(Items from a dataset)
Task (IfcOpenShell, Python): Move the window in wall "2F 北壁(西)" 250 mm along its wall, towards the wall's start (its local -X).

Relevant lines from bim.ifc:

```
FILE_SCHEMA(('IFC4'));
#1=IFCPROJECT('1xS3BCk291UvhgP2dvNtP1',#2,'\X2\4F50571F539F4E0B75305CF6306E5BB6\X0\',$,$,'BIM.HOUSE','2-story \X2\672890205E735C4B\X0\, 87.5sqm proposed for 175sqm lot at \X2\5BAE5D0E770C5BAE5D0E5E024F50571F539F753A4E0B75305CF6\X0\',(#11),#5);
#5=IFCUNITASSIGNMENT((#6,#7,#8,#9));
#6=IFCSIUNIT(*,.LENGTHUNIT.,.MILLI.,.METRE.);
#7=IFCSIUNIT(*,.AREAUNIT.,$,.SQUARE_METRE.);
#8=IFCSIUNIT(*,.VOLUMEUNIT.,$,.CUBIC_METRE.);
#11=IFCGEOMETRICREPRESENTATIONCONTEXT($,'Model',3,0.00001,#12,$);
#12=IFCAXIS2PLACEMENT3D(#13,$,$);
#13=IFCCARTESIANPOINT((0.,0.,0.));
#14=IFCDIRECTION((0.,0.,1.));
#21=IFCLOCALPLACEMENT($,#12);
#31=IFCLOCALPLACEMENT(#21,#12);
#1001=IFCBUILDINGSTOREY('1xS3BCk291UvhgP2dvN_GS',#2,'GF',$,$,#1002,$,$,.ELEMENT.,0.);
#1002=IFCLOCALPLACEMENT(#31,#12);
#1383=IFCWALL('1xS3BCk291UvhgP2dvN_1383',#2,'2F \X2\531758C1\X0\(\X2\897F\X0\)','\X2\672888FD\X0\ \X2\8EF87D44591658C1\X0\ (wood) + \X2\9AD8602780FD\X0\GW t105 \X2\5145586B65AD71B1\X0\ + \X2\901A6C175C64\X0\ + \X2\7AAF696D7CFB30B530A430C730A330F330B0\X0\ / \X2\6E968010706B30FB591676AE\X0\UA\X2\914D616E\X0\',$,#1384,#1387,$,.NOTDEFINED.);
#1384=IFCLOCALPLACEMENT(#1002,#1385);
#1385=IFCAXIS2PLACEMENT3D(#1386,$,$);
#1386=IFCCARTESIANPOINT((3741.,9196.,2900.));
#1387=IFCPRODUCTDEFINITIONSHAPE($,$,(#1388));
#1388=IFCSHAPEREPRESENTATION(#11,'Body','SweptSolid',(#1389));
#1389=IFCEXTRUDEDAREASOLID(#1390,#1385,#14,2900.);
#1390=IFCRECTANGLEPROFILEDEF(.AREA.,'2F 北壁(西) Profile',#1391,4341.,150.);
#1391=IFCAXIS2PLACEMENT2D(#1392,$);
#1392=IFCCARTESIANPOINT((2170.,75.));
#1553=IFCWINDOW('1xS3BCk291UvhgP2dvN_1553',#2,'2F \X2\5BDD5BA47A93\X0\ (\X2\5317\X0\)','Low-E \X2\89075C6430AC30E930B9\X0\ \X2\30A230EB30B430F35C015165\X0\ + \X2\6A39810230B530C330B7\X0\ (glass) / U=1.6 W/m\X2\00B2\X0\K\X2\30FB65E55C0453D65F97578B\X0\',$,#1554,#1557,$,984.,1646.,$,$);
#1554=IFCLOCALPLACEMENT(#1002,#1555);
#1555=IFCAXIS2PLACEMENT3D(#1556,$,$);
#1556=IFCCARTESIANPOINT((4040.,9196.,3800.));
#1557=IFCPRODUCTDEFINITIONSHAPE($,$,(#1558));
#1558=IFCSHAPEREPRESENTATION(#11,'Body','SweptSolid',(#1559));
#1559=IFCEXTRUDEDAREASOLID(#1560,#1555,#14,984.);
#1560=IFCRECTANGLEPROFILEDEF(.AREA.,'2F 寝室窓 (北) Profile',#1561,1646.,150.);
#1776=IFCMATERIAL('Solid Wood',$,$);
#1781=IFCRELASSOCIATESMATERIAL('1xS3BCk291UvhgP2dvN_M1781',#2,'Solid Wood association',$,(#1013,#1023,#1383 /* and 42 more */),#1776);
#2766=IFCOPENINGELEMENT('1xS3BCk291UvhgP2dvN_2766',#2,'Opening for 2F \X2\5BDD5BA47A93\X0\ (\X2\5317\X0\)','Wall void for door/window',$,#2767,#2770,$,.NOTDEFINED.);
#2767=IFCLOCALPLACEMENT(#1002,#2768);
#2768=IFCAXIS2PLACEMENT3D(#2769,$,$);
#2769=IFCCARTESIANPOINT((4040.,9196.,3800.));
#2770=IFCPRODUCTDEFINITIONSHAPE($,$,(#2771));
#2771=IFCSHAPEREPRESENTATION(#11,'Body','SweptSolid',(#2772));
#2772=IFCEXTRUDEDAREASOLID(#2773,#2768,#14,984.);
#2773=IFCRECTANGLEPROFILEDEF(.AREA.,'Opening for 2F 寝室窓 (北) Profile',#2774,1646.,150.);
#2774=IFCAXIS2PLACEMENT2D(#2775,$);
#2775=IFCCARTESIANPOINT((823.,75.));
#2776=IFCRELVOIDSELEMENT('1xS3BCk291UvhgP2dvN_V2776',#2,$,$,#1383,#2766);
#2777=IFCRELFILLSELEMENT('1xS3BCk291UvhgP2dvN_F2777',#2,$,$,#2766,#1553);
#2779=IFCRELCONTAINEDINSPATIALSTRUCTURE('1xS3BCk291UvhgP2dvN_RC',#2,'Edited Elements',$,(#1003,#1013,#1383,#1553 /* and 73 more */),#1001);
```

```python
import ifcopenshell
import ifcopenshell.api.geometry
import ifcopenshell.util.placement

model = ifcopenshell.open("bim.ifc")

window = model.by_guid("1xS3BCk291UvhgP2dvN_1553")
opening = window.FillsVoids[0].RelatingOpeningElement
wall = opening.VoidsElements[0].RelatingBuildingElement

wall_matrix = ifcopenshell.util.placement.get_local_placement(wall.ObjectPlacement)
shift = wall_matrix[:3, 0] * -250.0
before = ifcopenshell.util.placement.get_local_placement(window.ObjectPlacement)[:3, 3].copy()

# The window is not placed relative to its opening, so move both.
for product in (opening, window):
    matrix = ifcopenshell.util.placement.get_local_placement(product.ObjectPlacement)
    matrix[:3, 3] += shift
    ifcopenshell.api.geometry.edit_object_placement(model, product=product, matrix=matrix, is_si=False)

after = ifcopenshell.util.placement.get_local_placement(window.ObjectPlacement)[:3, 3]
print("window moved by", (after - before).round(3) + 0.0)

model.write("bim_v2.ifc")
```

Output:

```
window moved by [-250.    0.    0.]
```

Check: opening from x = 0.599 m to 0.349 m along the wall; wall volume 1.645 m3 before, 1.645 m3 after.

• _PROBLEM TO WORK ON_
Filter the records above for lines with "IFCRECTANGLEPROFILEDEF".

• _OUTPUT OF THE TASK_
#1390=IFCRECTANGLEPROFILEDEF(.AREA.,'2F 北壁(西) Profile',#1391,4341.,150.);
#1560=IFCRECTANGLEPROFILEDEF(.AREA.,'2F 寝室窓 (北) Profile',#1561,1646.,150.);
#2773=IFCRECTANGLEPROFILEDEF(.AREA.,'Opening for 2F 寝室窓 (北) Profile',#2774,1646.,150.);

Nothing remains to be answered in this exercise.